▶ DATA
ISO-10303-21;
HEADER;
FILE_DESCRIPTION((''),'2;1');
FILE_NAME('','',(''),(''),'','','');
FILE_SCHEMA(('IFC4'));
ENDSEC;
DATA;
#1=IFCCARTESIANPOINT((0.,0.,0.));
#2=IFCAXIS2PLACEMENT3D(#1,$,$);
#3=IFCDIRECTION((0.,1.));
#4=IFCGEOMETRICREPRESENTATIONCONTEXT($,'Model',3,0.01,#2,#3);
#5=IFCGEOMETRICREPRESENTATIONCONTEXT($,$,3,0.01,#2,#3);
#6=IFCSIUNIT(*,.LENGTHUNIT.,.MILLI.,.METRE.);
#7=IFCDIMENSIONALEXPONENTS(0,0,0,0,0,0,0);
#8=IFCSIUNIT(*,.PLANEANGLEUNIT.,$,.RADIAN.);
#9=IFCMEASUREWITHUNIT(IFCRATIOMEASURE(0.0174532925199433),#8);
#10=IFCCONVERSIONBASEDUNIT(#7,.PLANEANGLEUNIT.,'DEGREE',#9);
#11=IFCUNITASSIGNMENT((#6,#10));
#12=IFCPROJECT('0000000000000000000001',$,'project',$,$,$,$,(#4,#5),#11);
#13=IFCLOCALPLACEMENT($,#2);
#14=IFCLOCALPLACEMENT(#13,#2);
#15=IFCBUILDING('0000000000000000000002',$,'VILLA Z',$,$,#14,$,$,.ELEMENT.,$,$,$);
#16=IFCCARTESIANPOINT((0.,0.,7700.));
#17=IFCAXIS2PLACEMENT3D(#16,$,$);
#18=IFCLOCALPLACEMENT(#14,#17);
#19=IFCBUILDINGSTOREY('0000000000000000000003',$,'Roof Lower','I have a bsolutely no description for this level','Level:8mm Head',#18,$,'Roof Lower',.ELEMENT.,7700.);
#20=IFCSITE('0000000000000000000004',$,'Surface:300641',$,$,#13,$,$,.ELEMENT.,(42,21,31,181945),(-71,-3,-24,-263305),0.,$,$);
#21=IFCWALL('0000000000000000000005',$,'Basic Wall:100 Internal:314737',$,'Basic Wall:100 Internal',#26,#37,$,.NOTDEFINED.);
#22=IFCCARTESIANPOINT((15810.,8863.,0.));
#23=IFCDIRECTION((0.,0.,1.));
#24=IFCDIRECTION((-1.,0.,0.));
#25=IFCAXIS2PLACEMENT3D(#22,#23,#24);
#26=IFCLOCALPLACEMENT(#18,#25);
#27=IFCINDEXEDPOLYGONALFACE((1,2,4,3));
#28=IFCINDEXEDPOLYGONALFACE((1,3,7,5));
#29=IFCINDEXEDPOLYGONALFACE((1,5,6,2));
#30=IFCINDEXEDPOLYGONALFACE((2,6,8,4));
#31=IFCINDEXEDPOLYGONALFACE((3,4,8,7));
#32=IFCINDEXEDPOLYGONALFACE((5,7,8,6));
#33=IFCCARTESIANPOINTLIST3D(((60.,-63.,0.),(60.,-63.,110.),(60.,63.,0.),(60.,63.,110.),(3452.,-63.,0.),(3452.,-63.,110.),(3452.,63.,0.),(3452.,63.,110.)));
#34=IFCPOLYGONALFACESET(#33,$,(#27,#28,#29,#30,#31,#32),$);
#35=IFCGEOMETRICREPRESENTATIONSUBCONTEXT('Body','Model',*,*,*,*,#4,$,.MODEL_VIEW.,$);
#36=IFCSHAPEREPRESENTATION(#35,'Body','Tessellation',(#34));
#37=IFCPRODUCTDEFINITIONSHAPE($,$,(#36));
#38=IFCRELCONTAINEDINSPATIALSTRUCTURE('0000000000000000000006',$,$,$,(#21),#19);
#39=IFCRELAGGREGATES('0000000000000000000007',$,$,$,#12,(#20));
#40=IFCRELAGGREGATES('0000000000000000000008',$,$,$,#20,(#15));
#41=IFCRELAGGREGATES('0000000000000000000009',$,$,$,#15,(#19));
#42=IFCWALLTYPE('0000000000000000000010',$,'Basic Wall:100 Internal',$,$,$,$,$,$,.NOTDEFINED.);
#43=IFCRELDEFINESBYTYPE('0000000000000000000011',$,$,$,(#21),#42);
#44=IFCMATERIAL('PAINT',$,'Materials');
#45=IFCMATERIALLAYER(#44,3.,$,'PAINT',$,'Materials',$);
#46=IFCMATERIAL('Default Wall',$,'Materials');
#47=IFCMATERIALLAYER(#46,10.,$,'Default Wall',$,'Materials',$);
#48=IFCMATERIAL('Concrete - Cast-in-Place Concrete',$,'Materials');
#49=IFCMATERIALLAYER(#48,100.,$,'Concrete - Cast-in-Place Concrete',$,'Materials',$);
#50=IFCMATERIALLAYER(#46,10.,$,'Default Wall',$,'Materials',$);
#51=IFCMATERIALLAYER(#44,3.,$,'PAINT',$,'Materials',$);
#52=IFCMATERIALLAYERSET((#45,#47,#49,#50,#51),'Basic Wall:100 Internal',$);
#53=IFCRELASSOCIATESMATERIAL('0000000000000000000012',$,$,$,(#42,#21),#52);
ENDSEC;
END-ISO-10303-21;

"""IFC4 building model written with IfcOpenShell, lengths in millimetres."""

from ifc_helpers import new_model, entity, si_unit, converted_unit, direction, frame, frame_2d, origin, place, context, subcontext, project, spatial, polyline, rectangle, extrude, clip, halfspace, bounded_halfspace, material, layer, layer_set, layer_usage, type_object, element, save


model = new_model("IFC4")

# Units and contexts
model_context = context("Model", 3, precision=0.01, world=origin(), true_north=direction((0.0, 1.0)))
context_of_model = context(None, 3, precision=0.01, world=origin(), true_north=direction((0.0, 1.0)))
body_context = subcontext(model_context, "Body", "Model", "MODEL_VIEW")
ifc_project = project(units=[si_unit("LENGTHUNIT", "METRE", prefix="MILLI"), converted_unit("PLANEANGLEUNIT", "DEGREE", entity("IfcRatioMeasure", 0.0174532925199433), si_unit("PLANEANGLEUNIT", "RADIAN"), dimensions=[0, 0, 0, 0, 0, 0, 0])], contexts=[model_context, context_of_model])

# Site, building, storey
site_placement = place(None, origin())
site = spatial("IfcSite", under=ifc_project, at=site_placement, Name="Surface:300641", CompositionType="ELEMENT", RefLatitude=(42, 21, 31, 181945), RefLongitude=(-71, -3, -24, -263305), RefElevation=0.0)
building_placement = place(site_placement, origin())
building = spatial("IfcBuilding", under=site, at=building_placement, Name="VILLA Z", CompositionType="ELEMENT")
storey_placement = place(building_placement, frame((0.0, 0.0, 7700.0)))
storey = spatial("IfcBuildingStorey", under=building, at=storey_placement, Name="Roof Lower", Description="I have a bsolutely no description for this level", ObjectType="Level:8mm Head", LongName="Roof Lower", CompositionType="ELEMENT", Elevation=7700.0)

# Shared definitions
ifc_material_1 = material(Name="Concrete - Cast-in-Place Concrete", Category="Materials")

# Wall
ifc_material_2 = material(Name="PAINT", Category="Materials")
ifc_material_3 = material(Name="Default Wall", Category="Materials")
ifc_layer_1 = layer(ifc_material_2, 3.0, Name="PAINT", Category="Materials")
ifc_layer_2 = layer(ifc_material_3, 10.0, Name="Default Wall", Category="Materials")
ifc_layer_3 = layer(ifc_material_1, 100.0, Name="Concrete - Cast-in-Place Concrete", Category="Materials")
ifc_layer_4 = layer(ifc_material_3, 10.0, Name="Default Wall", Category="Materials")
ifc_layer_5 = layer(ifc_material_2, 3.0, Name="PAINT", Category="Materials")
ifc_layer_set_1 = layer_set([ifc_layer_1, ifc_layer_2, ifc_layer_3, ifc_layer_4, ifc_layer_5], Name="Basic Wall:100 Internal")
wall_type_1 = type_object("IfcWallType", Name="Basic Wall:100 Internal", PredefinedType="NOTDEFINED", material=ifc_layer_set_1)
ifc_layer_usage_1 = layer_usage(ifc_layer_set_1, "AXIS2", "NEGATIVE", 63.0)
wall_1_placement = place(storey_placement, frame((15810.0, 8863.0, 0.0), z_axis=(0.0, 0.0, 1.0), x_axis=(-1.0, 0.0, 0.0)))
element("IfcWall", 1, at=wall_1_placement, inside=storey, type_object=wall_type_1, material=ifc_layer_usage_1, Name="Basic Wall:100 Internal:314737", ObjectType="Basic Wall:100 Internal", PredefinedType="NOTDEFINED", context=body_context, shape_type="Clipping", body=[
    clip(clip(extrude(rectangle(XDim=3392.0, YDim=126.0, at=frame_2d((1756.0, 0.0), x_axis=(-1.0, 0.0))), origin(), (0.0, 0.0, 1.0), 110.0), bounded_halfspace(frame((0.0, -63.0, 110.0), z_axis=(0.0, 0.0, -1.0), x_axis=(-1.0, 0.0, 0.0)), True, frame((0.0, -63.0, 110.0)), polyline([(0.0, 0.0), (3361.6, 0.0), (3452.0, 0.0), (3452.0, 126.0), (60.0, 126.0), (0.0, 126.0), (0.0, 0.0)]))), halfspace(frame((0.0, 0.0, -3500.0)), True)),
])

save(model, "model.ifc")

▶ WORK REQUIRED
If a line falls between the first line of the entries and the line containing "#31=IFCINDEXEDPOLYGONALFACE((3,4,8,7));", or is one of those two, restate it word for word; leave all other lines out.

▶ EXERCISE RESPONSE
ISO-10303-21;
HEADER;
FILE_DESCRIPTION((''),'2;1');
FILE_NAME('','',(''),(''),'','','');
FILE_SCHEMA(('IFC4'));
ENDSEC;
DATA;
#1=IFCCARTESIANPOINT((0.,0.,0.));
#2=IFCAXIS2PLACEMENT3D(#1,$,$);
#3=IFCDIRECTION((0.,1.));
#4=IFCGEOMETRICREPRESENTATIONCONTEXT($,'Model',3,0.01,#2,#3);
#5=IFCGEOMETRICREPRESENTATIONCONTEXT($,$,3,0.01,#2,#3);
#6=IFCSIUNIT(*,.LENGTHUNIT.,.MILLI.,.METRE.);
#7=IFCDIMENSIONALEXPONENTS(0,0,0,0,0,0,0);
#8=IFCSIUNIT(*,.PLANEANGLEUNIT.,$,.RADIAN.);
#9=IFCMEASUREWITHUNIT(IFCRATIOMEASURE(0.0174532925199433),#8);
#10=IFCCONVERSIONBASEDUNIT(#7,.PLANEANGLEUNIT.,'DEGREE',#9);
#11=IFCUNITASSIGNMENT((#6,#10));
#12=IFCPROJECT('0000000000000000000001',$,'project',$,$,$,$,(#4,#5),#11);
#13=IFCLOCALPLACEMENT($,#2);
#14=IFCLOCALPLACEMENT(#13,#2);
#15=IFCBUILDING('0000000000000000000002',$,'VILLA Z',$,$,#14,$,$,.ELEMENT.,$,$,$);
#16=IFCCARTESIANPOINT((0.,0.,7700.));
#17=IFCAXIS2PLACEMENT3D(#16,$,$);
#18=IFCLOCALPLACEMENT(#14,#17);
#19=IFCBUILDINGSTOREY('0000000000000000000003',$,'Roof Lower','I have a bsolutely no description for this level','Level:8mm Head',#18,$,'Roof Lower',.ELEMENT.,7700.);
#20=IFCSITE('0000000000000000000004',$,'Surface:300641',$,$,#13,$,$,.ELEMENT.,(42,21,31,181945),(-71,-3,-24,-263305),0.,$,$);
#21=IFCWALL('0000000000000000000005',$,'Basic Wall:100 Internal:314737',$,'Basic Wall:100 Internal',#26,#37,$,.NOTDEFINED.);
#22=IFCCARTESIANPOINT((15810.,8863.,0.));
#23=IFCDIRECTION((0.,0.,1.));
#24=IFCDIRECTION((-1.,0.,0.));
#25=IFCAXIS2PLACEMENT3D(#22,#23,#24);
#26=IFCLOCALPLACEMENT(#18,#25);
#27=IFCINDEXEDPOLYGONALFACE((1,2,4,3));
#28=IFCINDEXEDPOLYGONALFACE((1,3,7,5));
#29=IFCINDEXEDPOLYGONALFACE((1,5,6,2));
#30=IFCINDEXEDPOLYGONALFACE((2,6,8,4));
#31=IFCINDEXEDPOLYGONALFACE((3,4,8,7));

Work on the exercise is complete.